For us, it’s a beautiful marriage of tradition’s consistency over time (using a speculaas recipe that’s passed down through my family since the 19th century) and flexibility to evolve with each successive generation. On this Christmas Eve, we hope that holiday food traditions fulfill you and your family as much as recipes such as this do ours.
Belgian Christmas Log
Makes 12–14 servings
Apple Speculaas Filling
15 (150 g about 1 1/4 cups cookie crumbs) speculaas cookies
3/4 cup apple juice
3 tablespoons honey
juice from 1/2 lemon (about 2 tablespoons)
2 teaspoons ground cinnamon
1 teaspoon cornstarch
1 teaspoon pure GF vanilla extract
1/4 cup (1/2 stick) butter
4 small (350 g) peeled and diced apples
1. Grind the cookies in a food processor or crush in a zip-top bag with a rolling pin. Set aside.
2. In a medium saucepan, whisk together the apple juice, honey, lemon, cinnamon, and cornstarch. Add the butter and heat over medium heat until the mixture simmers and thickens.
3. Remove from the heat and stir in the cookie crumbs and vanilla extract to make a paste. Set aside to cool.
4. Meanwhile, saute the diced apples in a pan over medium-high heat until the apples are softened. If desired, use a little (1 teaspoon) butter to grease the pan.
5. Add the apples to the speculaas paste and stir to combine.

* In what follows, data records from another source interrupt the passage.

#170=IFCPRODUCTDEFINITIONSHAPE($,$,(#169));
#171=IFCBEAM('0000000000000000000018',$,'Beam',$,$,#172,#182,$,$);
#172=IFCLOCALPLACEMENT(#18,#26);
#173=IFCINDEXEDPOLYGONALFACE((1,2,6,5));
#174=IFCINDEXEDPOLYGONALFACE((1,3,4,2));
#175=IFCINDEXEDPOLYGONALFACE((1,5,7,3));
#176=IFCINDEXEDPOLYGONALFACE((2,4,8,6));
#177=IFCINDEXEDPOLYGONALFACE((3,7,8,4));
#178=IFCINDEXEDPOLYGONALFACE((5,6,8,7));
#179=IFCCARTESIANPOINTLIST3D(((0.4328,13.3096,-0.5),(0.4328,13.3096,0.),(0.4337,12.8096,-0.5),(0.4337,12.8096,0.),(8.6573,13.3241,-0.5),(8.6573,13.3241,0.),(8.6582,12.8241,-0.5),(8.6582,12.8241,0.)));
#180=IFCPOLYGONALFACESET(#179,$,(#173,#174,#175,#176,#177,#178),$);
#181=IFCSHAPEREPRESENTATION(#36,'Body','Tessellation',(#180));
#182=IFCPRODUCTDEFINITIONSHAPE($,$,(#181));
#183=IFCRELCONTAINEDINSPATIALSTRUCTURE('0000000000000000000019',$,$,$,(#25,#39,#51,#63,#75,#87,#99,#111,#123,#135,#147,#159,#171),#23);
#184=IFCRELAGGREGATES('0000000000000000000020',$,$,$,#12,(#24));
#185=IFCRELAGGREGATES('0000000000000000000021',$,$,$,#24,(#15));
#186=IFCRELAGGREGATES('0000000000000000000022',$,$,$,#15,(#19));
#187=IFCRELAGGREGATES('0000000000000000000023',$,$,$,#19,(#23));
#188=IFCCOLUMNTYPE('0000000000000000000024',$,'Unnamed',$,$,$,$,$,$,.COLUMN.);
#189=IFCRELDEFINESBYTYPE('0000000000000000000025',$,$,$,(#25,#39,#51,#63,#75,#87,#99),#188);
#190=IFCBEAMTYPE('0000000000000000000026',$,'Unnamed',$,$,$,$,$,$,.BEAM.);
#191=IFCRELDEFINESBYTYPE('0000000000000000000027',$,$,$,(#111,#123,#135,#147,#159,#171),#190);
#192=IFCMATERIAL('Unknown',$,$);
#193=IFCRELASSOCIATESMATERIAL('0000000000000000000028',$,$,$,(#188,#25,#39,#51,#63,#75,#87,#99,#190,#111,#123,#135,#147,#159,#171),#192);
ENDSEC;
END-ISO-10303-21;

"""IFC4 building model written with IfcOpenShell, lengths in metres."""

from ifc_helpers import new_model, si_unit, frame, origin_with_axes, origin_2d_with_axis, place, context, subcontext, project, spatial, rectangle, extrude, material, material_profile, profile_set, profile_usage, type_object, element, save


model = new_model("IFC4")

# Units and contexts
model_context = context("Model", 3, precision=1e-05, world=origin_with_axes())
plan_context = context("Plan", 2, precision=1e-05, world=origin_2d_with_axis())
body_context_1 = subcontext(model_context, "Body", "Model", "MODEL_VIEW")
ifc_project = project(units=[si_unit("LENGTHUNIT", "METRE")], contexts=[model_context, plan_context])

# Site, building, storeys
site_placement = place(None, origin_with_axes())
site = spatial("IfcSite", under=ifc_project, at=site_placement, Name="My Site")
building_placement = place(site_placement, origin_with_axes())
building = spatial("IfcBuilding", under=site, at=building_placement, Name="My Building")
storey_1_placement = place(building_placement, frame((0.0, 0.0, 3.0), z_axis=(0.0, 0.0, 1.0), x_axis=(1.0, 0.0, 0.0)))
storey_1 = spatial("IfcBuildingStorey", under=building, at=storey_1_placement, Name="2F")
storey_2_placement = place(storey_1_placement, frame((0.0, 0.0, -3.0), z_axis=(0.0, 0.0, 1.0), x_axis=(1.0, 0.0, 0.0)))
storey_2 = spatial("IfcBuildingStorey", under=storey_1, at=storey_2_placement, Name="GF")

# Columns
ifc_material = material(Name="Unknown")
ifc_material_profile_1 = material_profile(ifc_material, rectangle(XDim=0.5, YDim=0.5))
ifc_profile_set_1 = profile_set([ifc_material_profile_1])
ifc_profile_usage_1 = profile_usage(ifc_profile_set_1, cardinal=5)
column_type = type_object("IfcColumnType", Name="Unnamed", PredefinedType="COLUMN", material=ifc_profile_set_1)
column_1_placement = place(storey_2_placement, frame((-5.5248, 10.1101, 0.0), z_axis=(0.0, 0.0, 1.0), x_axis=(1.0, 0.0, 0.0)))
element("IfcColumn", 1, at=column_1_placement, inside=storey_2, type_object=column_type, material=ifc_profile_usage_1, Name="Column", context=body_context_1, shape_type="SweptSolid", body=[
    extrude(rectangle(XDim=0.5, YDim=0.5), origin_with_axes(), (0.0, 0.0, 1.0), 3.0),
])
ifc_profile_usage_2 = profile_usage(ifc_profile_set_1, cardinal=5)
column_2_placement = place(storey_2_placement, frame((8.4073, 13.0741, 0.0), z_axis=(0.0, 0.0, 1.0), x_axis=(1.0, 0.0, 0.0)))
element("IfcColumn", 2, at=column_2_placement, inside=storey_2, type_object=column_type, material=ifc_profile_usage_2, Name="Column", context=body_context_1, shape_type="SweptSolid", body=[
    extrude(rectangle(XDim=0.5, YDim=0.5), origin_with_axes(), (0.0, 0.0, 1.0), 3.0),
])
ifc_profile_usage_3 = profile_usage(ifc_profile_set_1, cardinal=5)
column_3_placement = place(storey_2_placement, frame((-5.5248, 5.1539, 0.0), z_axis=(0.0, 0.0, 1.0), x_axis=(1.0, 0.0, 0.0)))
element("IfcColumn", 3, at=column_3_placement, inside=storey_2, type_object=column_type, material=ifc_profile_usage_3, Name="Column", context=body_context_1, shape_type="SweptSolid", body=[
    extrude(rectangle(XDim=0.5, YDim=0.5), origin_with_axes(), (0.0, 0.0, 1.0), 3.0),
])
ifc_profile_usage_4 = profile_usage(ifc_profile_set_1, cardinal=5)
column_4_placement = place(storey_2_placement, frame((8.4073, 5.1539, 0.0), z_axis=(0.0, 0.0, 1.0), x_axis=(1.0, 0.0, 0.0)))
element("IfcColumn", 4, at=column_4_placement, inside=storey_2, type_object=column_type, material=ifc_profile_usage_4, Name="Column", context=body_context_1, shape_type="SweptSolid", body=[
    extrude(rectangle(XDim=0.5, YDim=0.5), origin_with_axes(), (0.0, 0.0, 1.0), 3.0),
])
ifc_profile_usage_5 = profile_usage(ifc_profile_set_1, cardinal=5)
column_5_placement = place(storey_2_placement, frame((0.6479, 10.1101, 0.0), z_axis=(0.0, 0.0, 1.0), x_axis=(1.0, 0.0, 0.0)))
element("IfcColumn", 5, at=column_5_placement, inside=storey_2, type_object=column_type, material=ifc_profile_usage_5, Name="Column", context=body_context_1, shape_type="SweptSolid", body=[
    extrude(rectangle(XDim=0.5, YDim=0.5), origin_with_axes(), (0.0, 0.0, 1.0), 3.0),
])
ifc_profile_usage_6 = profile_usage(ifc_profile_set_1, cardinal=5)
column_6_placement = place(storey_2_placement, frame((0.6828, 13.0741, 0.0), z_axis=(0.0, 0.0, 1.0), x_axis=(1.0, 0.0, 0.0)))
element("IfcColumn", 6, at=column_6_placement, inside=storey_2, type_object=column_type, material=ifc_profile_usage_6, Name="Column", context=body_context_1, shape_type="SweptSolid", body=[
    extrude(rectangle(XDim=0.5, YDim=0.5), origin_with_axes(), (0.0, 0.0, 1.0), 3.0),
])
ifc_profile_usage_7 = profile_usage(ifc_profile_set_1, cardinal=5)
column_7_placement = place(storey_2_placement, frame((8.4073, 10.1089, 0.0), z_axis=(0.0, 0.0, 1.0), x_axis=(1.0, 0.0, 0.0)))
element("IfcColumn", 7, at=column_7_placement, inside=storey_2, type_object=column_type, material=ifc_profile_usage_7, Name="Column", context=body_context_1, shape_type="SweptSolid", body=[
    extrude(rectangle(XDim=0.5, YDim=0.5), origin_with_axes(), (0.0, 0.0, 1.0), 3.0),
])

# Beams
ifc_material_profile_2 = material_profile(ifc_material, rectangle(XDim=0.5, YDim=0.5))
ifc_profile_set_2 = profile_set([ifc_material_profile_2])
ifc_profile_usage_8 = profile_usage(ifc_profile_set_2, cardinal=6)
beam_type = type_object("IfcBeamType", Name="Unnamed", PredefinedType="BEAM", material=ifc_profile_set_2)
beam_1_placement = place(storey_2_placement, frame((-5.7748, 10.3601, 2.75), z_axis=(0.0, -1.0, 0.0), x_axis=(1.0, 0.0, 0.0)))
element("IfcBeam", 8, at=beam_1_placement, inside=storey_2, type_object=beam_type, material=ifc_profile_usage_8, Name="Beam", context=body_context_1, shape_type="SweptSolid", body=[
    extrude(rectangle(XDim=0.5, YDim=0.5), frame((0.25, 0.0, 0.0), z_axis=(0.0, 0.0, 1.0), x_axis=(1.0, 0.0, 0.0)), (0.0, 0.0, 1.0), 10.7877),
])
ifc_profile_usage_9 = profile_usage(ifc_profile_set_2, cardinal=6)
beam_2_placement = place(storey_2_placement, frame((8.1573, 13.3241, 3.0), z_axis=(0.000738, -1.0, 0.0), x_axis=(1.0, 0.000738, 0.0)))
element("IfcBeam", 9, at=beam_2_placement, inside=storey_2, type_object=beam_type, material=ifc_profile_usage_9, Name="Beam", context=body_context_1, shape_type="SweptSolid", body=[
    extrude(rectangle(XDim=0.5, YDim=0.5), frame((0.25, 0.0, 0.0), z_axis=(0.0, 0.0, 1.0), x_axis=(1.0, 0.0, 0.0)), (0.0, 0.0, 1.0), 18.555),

Mascarpone White Chocolate Ganache
5 1/2 ounces (150 g) white chocolate
3/4 cup + 2 tablespoons heavy cream
8 ounces mascarpone
1/2 teaspoon GF pure orange extract
1. Combine the white chocolate and heavy cream in a small saucepan and heat over low heat, whisking until the chocolate is melted. Set aside until cool and store in an airtight container in the refrigerator until it is time to assemble the log.

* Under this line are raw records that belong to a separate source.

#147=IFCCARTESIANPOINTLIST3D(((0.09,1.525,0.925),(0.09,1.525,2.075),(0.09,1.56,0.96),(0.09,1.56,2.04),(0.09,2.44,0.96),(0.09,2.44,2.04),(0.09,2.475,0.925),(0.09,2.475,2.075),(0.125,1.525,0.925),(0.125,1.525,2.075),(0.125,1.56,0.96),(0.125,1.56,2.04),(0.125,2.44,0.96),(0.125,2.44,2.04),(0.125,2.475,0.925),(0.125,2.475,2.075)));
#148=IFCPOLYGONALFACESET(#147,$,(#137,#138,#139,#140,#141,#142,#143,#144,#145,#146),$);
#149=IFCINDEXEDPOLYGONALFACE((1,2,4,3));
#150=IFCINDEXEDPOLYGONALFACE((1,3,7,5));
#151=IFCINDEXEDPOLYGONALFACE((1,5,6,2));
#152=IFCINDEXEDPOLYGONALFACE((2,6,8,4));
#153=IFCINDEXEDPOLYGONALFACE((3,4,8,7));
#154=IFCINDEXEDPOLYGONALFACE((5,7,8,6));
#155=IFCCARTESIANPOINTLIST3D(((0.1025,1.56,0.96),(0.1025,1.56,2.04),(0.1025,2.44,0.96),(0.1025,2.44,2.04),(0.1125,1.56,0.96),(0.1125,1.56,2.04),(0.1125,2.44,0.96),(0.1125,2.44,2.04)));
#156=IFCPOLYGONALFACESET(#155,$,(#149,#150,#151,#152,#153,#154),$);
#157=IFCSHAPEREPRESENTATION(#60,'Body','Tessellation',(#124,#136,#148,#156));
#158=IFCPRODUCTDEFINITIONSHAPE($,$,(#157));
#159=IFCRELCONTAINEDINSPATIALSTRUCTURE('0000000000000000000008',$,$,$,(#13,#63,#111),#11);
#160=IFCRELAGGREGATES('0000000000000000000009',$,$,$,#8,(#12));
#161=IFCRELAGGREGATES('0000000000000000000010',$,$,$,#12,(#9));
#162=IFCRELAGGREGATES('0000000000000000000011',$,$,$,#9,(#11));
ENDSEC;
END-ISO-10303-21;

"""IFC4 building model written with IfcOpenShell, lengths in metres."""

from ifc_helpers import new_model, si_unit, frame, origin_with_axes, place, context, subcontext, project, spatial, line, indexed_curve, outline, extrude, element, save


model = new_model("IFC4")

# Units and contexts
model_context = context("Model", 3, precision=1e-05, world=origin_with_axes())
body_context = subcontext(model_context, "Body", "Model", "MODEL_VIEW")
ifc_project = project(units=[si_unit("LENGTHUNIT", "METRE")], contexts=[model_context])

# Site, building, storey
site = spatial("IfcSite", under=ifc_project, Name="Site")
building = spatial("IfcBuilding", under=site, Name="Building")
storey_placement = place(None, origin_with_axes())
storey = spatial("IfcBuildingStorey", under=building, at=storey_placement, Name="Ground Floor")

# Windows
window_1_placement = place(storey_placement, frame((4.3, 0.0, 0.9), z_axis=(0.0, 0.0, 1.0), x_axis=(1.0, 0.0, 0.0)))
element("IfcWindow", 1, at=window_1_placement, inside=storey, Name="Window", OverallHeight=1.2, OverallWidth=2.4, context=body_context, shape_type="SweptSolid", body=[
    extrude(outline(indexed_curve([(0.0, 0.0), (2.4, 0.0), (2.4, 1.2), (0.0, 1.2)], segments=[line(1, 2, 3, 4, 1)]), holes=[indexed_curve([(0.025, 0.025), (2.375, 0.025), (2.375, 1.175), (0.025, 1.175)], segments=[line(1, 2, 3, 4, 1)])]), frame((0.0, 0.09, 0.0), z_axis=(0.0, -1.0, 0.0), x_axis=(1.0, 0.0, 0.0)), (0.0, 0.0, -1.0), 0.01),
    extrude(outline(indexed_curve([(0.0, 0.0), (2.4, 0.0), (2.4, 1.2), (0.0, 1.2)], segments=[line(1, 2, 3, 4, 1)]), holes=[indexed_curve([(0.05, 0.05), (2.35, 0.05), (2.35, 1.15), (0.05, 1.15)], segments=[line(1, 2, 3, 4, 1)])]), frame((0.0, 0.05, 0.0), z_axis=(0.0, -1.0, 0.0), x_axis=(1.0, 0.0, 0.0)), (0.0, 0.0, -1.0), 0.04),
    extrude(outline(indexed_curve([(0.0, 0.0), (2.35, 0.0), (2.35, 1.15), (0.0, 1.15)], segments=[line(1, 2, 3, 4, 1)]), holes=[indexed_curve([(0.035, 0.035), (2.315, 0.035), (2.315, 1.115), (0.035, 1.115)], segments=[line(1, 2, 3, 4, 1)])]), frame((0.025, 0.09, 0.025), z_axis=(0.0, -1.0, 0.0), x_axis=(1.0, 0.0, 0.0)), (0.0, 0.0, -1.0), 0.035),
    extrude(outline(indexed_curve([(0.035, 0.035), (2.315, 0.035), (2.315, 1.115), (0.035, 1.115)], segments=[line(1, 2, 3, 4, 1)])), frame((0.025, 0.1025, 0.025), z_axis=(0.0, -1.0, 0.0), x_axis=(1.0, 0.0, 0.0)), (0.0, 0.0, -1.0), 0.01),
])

2. In a medium bowl, whisk together the cooled white chocolate mixture, mascarpone, and orange extract until the mixture is stiff. This can be done in an electric mixer with the whip attachment.
Orange Sponge Cake
1 cup sugar
1/4 teaspoon salt
1 teaspoon GF pure orange extract
1 1/2 cups (188 g) Artisan GF Flour Blend
1 teaspoon xanthan gum
1. Preheat the oven to 400 degrees F. Grease a 12″x16″ pan (1/2 sheet pan) with nonstick cooking spray and line with parchment paper.
2. In a large metal or glass mixing bowl, whisk together the eggs, sugar, and salt. Place over a pan of simmering water, making sure the water does not come in contact with the bottom of the bowl. Continue whisking over the heat until the mixture comes to 110 degrees F.

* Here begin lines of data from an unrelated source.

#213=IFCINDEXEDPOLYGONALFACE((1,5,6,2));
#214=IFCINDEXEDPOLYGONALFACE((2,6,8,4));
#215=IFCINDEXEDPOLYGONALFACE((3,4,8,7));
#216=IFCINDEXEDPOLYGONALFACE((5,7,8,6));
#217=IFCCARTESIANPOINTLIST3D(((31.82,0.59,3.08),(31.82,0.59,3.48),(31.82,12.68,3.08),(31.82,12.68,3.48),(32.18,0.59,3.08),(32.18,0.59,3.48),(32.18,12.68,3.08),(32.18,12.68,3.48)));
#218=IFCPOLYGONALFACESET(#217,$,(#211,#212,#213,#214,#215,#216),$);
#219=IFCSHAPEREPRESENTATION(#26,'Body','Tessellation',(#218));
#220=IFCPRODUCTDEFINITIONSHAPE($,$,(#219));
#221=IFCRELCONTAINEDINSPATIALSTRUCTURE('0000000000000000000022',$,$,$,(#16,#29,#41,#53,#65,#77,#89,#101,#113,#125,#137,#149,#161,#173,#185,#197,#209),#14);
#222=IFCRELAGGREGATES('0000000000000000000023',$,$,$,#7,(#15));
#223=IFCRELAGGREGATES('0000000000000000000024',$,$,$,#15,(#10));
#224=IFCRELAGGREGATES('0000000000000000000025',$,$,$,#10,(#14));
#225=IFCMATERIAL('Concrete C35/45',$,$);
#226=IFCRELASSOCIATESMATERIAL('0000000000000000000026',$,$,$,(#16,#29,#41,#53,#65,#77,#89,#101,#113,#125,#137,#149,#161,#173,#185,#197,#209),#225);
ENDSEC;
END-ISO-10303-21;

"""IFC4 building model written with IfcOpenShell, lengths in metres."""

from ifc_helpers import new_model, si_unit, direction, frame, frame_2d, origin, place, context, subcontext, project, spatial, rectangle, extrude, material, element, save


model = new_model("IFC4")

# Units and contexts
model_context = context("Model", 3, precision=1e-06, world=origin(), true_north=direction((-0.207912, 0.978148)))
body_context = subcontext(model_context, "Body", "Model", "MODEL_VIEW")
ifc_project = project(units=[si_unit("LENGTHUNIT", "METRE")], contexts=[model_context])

3. Place the mixture on an electric mixer with the whip attachment and whisk at medium speed for 10 minutes until it is very light and thick.
4. Add the extract and mix to combine.
5. In a separate bowl, whisk together the flour and xanthan gum.
6. Gently fold the flour mixture in three stages into the egg mixture.
7. Spread on the prepared baking sheet and bake for 10 minutes until the cake is slightly golden and springs back when lightly touched.
8. Remove the cake from the oven and slide off the pan on the parchment paper onto a kitchen towel. Using the towel, roll the cake up and allow to cool for 30 minutes.
Chocolate Ganache Garnish
4 ounces bittersweet chocolate pieces
1/4 cup heavy cream
1. Gently heat the chocolate and heavy cream over a double boiler on the stove, whisking until the chocolate is melted and the mixture is smooth. Set aside.
To Assemble the Roll
1. Unroll the cake and spread the apple filling onto the surface of the cake.
2. Roll the cake up removing the parchment paper while you roll. Place the cake on a serving plate, seam side down.
3. Frost the cake with the mascarpone white chocolate ganache.
4. Drizzle with the bittersweet ganache.